Apenas duas mãos entre vinte se levantaram em favor.

“Claramente, este plano tem um suporte mínimo. Vamos avançar rapidamente,” Artur dirigiu.

“A segunda ideia gira em torno de armar cada indivíduo do reino com espadas e incentivá-los a proteger tanto a si mesmos quanto aos outros, sem distinção,” ele continuou.

Os ocupantes da sala olharam para ele com raiva visível enquanto ele propunha essa ideia.

“Você perdeu o juízo, rapaz?” Grok exclamou.

“Não podemos esperar que todos manejem armas. Há crianças e mulheres que nunca seguraram uma arma antes,” a Grande Mãe argumentou.

“Esse garoto está louco?”

“Por que nos tornamos cavaleiros se vamos deixar nossas esposas e filhos lutarem?”

Uma cacofonia de desaprovação se espalhou pela sala.

“Silêncio, todos vocês! Jovem, você tem razões para apoiar sua proposta, ou está zombando da cavalaria?” Artur perguntou, com expressão inflexível.
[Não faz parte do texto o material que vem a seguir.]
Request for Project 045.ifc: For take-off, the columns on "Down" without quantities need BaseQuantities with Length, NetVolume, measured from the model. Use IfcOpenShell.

First a look at what the model holds.

```python
import ifcopenshell
import ifcopenshell.util.element
import ifcopenshell.util.unit

model = ifcopenshell.open("Project 045.ifc")
print(model.schema)
for unit_type in ("LENGTHUNIT", "AREAUNIT", "VOLUMEUNIT"):
    print(unit_type, ifcopenshell.util.unit.calculate_unit_scale(model, unit_type))
storey = next(s for s in model.by_type("IfcBuildingStorey") if s.Name == "Down")
columns = [e for e in ifcopenshell.util.element.get_decomposition(storey) if e.is_a("IfcColumn")]
for e in sorted(columns, key=lambda e: e.id()):
    print(e.id(), e.is_a(), e.Name, list(ifcopenshell.util.element.get_psets(e, qtos_only=True)), sep=" | ")
```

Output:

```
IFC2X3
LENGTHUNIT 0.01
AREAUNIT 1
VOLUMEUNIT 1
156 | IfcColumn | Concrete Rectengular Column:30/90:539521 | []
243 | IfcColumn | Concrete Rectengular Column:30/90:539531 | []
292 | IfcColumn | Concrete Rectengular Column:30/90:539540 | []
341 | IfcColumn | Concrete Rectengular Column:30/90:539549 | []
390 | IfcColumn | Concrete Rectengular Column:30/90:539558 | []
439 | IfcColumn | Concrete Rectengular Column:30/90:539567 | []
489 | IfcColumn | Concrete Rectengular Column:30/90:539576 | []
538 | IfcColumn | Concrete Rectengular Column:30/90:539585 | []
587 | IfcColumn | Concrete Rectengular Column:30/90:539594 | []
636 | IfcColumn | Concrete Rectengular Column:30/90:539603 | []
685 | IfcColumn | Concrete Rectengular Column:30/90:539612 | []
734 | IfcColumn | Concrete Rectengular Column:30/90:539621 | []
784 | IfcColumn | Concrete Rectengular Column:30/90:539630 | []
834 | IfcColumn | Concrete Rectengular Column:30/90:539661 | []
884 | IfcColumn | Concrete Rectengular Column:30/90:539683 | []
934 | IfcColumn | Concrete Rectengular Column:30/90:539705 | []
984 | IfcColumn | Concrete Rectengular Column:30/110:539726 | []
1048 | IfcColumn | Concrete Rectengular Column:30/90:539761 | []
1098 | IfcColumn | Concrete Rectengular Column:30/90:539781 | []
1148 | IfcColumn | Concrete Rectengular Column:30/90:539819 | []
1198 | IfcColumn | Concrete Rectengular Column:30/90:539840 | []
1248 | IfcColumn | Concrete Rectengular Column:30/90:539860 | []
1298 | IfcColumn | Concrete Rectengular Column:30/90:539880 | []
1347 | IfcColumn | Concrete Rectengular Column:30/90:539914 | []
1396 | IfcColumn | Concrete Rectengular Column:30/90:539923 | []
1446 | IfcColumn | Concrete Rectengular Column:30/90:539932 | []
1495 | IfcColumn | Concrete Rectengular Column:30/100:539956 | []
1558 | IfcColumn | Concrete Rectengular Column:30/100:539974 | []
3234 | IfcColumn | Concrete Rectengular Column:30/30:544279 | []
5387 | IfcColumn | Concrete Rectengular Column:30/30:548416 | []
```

```python
import ifcopenshell
import ifcopenshell.api.pset
import ifcopenshell.geom
import ifcopenshell.util.element
import ifcopenshell.util.shape
import ifcopenshell.util.unit

model = ifcopenshell.open("Project 045.ifc")
unit_scale = ifcopenshell.util.unit.calculate_unit_scale(model)
volume_scale = ifcopenshell.util.unit.calculate_unit_scale(model, "VOLUMEUNIT")
settings = ifcopenshell.geom.settings()

storey = next(s for s in model.by_type("IfcBuildingStorey") if s.Name == "Down")
columns = [e for e in ifcopenshell.util.element.get_decomposition(storey) if e.is_a("IfcColumn")]

for e in sorted(columns, key=lambda e: e.id()):
    if ifcopenshell.util.element.get_psets(e, qtos_only=True, should_inherit=False):
        continue
    # Geometry comes back in metres, in the element's own axes.
    shape = ifcopenshell.geom.create_shape(settings, e)
    values = {
        "Length": ifcopenshell.util.shape.get_z(shape.geometry) / unit_scale,
        "NetVolume": ifcopenshell.util.shape.get_volume(shape.geometry) / volume_scale,
    }
    qto = ifcopenshell.api.pset.add_qto(model, product=e, name="BaseQuantities")
    ifcopenshell.api.pset.edit_qto(model, qto=qto, properties=values)
    print(e.id(), {k: round(v, 3) for k, v in values.items()})

model.write("Project 045_v2.ifc")
```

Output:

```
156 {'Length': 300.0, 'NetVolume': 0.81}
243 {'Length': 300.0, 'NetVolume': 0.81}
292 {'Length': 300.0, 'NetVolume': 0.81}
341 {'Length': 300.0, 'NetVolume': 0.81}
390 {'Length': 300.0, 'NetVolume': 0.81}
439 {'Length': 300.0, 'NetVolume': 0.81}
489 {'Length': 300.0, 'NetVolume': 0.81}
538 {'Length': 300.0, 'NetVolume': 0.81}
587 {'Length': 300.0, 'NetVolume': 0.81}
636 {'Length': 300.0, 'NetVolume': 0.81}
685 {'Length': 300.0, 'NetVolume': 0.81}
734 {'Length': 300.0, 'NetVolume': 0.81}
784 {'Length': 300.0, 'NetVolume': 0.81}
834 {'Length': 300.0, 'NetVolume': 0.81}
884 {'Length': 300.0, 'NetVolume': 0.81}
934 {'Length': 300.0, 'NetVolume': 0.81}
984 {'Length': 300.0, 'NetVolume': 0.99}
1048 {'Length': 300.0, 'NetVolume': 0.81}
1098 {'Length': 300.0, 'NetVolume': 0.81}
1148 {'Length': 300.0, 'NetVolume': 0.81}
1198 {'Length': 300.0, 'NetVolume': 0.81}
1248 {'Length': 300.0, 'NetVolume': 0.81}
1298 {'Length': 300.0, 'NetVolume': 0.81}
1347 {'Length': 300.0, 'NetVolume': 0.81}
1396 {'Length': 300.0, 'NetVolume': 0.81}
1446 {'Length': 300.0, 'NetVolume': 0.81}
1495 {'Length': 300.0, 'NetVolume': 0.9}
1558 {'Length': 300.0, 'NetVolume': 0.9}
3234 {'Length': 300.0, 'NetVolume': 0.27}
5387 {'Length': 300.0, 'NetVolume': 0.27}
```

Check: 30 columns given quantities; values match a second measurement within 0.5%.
“Sim, Vossa Majestade. Sir Grok, você acredita que podemos derrotar a horda de zumbis?” ele dirigiu sua pergunta a Grok.

“Que tipo de pergunta é essa? Não podemos possivelmente derrotá-los. Se ao menos tivéssemos a menor esperança de vencer, estaríamos no campo de batalha em vez de aqui, ouvindo suas bobagens,” Grok respondeu.

“Exatamente. Então, o que você prevê depois que nossas forças forem derrotadas pelos zumbis? Eles vão recuar ou avançar para nossas cidades, destruindo tudo?” ele inquiriu mais.

“Isso é absurdo. Claro que eles vão marchar sobre nossas cidades, deixando destruição por onde passam,” Grok declarou categoricamente.

“De fato, e é por isso que propus armar a população. Eles podem pelo menos fazer uma resistência e prolongar sua sobrevivência,” ele esclareceu.

“Ah, agora vejo seu ponto,” Grok reconheceu com compreensão.

“Indiquem seu acordo levantando as mãos. Mantenham-nas abaixadas se discordarem,” Artur instruiu, levantando a própria mão.

Derein seguiu seu exemplo, levantando a mão. Doze dos vinte membros favoreceram essa abordagem.

“Qual é a terceira sugestão?” Artur perguntou.

“Vossa Majestade, a terceira proposta envolve chamar de volta o indivíduo que comanda o exército de ogros para ajudar. Com a ajuda dele, temos uma chance de vitória de 30%,” ele concluiu, e os oito membros restantes levantaram as mãos em concordância.